There is no published version of the textbook.  I never got around to that, and now I am no longer in the field.  Hope you enjoy the book. 
(If you're interested, I did make some changes in some of the texts, but I have not made new recordings.  I can send you copies of the updated texts.) 
David Freedel

----------


## baltaaa

> There is no published version of the textbook.  I never got around to that, and now I am no longer in the field.  Hope you enjoy the book. 
> (If you're interested, I did make some changes in some of the texts, but I have not made new recordings.  I can send you copies of the updated texts.) 
> David Freedel

  *i would really like that*  ::

----------


## Rtyom

Baltaa = revenge?

----------


## baltaaa

> Baltaa = revenge?

 no it is not revenge, and nothing really something about it   ::

----------


## Rtyom

*relief*   ::

----------


## an'ka banan'ka

*This post is for dfreedel:* 
I PM'd you but I don't know if worked, so I'm posting this as well. Sorry for any duplicates! 
To dfreedel,
First, I  want to say thank you and that I also think you are really awesome for putting an ENTIRE course on the web for free!

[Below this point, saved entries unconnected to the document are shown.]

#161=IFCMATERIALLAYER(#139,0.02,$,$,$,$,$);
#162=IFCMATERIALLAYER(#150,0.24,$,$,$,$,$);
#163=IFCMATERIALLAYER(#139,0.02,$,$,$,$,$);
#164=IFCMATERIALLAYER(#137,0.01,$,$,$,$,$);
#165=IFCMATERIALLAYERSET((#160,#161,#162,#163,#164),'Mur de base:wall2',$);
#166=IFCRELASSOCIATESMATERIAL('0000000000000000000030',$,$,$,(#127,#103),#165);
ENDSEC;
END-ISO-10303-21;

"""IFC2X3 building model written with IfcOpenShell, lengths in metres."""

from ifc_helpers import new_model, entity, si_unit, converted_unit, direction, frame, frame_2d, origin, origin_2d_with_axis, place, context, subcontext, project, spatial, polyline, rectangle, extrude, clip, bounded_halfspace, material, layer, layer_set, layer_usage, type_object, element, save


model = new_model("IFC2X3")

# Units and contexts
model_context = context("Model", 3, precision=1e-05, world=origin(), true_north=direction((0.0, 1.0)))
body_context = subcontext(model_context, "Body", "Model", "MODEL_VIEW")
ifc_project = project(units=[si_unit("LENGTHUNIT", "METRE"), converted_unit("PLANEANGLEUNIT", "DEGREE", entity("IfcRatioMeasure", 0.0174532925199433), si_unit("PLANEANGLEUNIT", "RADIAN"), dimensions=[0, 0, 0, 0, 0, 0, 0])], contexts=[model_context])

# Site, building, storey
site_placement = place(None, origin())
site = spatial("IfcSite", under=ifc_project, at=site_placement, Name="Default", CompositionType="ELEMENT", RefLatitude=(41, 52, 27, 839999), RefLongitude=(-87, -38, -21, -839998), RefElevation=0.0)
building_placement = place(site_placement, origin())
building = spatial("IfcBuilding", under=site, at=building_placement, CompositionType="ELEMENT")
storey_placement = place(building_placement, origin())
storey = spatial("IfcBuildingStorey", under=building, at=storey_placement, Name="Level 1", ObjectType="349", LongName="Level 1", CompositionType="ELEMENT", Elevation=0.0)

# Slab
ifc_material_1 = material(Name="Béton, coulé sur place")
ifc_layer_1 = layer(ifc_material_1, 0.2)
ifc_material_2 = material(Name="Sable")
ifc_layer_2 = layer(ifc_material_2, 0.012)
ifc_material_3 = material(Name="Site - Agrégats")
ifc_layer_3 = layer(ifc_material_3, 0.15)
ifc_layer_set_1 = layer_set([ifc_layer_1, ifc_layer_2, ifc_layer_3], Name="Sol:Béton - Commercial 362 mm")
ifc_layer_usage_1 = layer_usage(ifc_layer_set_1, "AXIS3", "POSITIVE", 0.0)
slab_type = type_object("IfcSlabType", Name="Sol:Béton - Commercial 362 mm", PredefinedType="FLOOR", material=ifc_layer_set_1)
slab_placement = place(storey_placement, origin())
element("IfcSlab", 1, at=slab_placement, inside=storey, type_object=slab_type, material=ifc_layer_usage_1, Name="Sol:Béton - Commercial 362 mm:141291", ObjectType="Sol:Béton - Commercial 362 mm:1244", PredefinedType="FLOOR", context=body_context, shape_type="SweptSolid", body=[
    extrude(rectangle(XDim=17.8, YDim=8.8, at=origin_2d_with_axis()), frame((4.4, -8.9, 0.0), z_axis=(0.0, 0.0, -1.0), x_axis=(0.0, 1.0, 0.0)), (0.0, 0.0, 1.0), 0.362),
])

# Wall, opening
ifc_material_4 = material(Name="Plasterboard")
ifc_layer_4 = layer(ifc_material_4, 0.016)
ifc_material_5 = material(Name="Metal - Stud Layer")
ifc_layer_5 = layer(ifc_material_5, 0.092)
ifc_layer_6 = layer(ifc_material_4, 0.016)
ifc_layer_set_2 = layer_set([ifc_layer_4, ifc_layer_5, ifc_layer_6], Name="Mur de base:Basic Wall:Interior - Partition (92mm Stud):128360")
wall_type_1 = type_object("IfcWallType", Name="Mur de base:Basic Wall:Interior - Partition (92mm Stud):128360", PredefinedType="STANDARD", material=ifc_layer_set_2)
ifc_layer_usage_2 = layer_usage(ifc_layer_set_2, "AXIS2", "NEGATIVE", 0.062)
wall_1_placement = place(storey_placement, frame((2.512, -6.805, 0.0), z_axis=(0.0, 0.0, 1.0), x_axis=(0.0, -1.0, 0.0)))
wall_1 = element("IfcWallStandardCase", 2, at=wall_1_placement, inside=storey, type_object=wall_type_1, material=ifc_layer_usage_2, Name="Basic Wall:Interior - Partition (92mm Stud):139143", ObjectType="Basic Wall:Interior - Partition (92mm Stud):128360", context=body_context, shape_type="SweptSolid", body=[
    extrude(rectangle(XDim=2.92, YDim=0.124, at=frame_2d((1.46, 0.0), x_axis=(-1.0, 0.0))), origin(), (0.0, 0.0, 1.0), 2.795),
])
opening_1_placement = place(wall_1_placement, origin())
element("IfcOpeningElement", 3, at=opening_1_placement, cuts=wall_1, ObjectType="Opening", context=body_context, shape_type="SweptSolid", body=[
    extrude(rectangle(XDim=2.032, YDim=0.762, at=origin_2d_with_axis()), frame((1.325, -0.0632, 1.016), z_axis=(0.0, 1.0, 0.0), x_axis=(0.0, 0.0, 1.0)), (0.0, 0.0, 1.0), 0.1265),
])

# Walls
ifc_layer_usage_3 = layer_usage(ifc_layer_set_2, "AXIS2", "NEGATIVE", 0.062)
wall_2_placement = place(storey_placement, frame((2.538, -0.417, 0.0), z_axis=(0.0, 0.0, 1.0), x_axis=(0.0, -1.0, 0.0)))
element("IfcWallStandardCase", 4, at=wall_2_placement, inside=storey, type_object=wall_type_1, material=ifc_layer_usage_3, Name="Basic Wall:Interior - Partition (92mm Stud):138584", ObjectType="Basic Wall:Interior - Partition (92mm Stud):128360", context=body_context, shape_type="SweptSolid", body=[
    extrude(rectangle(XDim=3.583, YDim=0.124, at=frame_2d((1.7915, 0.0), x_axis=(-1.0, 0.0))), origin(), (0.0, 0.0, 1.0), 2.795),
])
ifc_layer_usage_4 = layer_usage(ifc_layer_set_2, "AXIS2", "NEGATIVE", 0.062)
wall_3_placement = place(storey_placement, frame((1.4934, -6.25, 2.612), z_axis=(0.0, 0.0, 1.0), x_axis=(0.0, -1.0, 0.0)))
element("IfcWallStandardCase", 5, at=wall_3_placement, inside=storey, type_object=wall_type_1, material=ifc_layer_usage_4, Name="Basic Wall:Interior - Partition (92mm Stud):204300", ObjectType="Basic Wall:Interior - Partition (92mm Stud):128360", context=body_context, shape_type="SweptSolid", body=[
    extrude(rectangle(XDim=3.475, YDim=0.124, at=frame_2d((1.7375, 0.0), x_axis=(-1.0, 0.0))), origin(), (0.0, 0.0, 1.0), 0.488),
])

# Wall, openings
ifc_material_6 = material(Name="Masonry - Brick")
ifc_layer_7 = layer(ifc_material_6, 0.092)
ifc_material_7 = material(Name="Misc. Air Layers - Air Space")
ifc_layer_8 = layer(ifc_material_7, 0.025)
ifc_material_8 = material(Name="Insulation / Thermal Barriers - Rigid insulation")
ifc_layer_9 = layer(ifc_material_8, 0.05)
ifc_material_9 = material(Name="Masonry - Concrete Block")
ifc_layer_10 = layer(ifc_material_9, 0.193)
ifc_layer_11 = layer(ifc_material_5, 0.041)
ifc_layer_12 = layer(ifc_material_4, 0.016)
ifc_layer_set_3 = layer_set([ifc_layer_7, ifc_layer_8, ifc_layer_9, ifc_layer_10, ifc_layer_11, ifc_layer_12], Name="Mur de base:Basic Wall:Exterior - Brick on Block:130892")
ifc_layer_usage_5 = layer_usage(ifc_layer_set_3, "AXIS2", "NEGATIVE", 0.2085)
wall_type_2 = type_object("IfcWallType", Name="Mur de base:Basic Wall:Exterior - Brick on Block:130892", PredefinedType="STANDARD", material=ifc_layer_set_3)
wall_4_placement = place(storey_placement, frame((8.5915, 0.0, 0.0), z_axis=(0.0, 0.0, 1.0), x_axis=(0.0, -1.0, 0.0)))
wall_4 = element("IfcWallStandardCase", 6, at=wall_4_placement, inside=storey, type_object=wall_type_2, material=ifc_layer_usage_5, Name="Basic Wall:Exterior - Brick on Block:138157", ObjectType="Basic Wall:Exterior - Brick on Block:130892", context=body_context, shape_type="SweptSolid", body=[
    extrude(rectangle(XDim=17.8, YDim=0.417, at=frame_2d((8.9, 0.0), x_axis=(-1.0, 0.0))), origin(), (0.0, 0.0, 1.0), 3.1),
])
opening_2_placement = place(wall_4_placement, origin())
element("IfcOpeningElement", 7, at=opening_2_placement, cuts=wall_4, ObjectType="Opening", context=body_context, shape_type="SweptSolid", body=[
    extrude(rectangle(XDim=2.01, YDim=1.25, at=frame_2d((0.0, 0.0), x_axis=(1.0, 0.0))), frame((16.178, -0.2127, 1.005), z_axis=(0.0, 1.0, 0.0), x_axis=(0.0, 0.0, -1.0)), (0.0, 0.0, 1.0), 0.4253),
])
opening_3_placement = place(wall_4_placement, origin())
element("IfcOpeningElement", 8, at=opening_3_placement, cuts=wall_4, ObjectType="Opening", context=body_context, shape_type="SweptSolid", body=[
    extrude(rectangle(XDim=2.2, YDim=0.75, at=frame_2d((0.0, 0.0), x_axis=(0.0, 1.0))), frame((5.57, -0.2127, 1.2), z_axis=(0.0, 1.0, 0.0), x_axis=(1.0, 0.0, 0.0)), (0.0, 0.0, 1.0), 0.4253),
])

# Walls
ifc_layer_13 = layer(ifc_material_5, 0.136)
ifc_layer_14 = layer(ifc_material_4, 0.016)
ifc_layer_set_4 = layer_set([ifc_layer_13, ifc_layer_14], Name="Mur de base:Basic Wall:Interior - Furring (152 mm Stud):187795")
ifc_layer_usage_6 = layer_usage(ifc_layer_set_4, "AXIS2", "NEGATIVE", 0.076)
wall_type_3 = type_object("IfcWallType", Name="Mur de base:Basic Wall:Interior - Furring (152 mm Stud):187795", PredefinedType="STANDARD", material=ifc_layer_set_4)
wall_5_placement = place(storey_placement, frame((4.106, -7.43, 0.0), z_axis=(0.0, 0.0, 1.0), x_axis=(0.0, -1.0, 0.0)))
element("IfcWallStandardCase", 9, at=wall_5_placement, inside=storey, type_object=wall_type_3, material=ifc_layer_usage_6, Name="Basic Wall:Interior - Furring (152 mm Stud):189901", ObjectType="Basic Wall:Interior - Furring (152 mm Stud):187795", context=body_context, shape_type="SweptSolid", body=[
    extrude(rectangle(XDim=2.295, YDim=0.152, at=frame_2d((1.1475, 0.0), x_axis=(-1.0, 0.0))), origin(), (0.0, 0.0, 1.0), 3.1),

And especially since it's sooo thorough and excellent---plus you actually make it a fun read! I think learning things shouldn't always have to come with a credit card. So, I commend you for making your course available to the masses! 
I have one question, however. Do you have answer-keys for all the exercises? Are they published somewhere else on the web? Or no? I am one of those people that just doesn't feel confident in my answers (even if I totally know the material) unless I have something to check it against.  
Thanks again!

----------


## charlestonian

To an'ka banan'ka: You are the whole year late with your reply  ::

----------